Segment Open

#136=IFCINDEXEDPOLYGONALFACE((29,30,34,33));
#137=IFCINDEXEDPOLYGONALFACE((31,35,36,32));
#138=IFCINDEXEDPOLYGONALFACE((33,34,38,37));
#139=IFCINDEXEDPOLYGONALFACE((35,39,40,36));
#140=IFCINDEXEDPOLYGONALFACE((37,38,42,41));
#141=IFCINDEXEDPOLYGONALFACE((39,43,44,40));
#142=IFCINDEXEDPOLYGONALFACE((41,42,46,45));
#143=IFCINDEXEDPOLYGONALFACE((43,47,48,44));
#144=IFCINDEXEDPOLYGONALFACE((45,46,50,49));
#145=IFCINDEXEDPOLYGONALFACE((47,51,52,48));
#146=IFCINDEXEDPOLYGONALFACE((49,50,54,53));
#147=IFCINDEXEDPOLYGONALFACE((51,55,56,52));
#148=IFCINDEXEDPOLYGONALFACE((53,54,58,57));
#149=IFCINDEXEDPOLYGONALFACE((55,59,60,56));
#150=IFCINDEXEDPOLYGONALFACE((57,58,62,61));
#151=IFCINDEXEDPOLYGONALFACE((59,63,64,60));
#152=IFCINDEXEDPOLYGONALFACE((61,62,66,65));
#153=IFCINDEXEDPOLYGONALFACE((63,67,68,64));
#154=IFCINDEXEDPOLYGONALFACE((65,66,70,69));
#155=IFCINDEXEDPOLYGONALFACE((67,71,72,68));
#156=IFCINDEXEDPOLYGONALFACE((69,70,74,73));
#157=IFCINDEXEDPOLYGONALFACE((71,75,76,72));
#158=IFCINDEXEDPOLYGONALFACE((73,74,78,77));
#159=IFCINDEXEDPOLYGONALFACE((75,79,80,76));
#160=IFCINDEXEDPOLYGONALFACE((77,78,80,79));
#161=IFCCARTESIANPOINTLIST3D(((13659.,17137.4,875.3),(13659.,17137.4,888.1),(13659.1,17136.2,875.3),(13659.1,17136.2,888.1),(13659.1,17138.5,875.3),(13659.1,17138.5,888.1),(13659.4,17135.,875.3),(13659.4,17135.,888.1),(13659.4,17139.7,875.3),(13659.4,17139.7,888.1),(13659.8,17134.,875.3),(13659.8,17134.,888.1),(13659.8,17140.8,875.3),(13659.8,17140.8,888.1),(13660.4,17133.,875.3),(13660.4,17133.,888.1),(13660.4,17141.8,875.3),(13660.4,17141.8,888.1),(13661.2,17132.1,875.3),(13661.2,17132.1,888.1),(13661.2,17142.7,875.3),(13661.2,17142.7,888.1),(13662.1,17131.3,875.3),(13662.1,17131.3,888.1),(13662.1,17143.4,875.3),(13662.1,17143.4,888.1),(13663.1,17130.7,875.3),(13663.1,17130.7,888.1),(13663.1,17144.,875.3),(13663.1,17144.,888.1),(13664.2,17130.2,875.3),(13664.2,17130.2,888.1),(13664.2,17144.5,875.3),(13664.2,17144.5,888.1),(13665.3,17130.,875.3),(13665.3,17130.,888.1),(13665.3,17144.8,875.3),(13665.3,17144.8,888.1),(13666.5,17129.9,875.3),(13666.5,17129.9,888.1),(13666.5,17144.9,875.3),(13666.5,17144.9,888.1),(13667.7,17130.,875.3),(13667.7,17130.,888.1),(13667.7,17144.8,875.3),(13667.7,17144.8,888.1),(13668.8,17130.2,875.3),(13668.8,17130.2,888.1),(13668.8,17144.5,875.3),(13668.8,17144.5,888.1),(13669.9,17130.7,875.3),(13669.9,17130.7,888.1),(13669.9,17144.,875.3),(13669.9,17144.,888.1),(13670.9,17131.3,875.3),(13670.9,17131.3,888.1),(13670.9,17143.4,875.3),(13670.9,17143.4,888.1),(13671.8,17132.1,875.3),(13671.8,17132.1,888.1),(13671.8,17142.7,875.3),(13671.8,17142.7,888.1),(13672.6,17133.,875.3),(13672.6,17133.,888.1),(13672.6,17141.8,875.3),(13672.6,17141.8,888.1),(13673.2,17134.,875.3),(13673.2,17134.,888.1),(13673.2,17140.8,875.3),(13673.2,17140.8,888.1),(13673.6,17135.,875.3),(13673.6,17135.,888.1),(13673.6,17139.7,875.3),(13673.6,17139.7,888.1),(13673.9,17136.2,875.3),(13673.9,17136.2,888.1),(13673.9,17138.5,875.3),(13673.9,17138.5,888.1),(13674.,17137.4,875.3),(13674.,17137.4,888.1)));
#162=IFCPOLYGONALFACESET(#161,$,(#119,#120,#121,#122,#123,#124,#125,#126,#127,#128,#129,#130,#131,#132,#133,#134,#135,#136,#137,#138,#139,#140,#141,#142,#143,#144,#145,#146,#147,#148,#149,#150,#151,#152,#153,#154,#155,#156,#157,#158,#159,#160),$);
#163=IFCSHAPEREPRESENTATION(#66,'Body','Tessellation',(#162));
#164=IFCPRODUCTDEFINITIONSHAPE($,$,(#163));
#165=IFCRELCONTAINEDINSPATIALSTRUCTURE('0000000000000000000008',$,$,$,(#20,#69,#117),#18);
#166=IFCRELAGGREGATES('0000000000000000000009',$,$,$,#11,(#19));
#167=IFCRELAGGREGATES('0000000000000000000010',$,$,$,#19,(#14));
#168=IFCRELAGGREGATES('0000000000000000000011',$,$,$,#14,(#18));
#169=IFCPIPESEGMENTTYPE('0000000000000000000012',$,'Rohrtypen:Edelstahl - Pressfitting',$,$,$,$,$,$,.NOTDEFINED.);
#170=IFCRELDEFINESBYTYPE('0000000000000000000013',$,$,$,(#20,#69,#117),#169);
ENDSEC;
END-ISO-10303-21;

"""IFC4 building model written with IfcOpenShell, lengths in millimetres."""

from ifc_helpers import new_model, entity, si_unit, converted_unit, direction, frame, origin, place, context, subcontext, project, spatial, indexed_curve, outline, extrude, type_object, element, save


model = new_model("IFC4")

Segment Closed

What you return should be the lines from the beginning of the records through the one that contains "#159=IFCINDEXEDPOLYGONALFACE((75,79,80,76));", repeated exactly and with no additions.

#136=IFCINDEXEDPOLYGONALFACE((29,30,34,33));
#137=IFCINDEXEDPOLYGONALFACE((31,35,36,32));
#138=IFCINDEXEDPOLYGONALFACE((33,34,38,37));
#139=IFCINDEXEDPOLYGONALFACE((35,39,40,36));
#140=IFCINDEXEDPOLYGONALFACE((37,38,42,41));
#141=IFCINDEXEDPOLYGONALFACE((39,43,44,40));
#142=IFCINDEXEDPOLYGONALFACE((41,42,46,45));
#143=IFCINDEXEDPOLYGONALFACE((43,47,48,44));
#144=IFCINDEXEDPOLYGONALFACE((45,46,50,49));
#145=IFCINDEXEDPOLYGONALFACE((47,51,52,48));
#146=IFCINDEXEDPOLYGONALFACE((49,50,54,53));
#147=IFCINDEXEDPOLYGONALFACE((51,55,56,52));
#148=IFCINDEXEDPOLYGONALFACE((53,54,58,57));
#149=IFCINDEXEDPOLYGONALFACE((55,59,60,56));
#150=IFCINDEXEDPOLYGONALFACE((57,58,62,61));
#151=IFCINDEXEDPOLYGONALFACE((59,63,64,60));
#152=IFCINDEXEDPOLYGONALFACE((61,62,66,65));
#153=IFCINDEXEDPOLYGONALFACE((63,67,68,64));
#154=IFCINDEXEDPOLYGONALFACE((65,66,70,69));
#155=IFCINDEXEDPOLYGONALFACE((67,71,72,68));
#156=IFCINDEXEDPOLYGONALFACE((69,70,74,73));
#157=IFCINDEXEDPOLYGONALFACE((71,75,76,72));
#158=IFCINDEXEDPOLYGONALFACE((73,74,78,77));
#159=IFCINDEXEDPOLYGONALFACE((75,79,80,76));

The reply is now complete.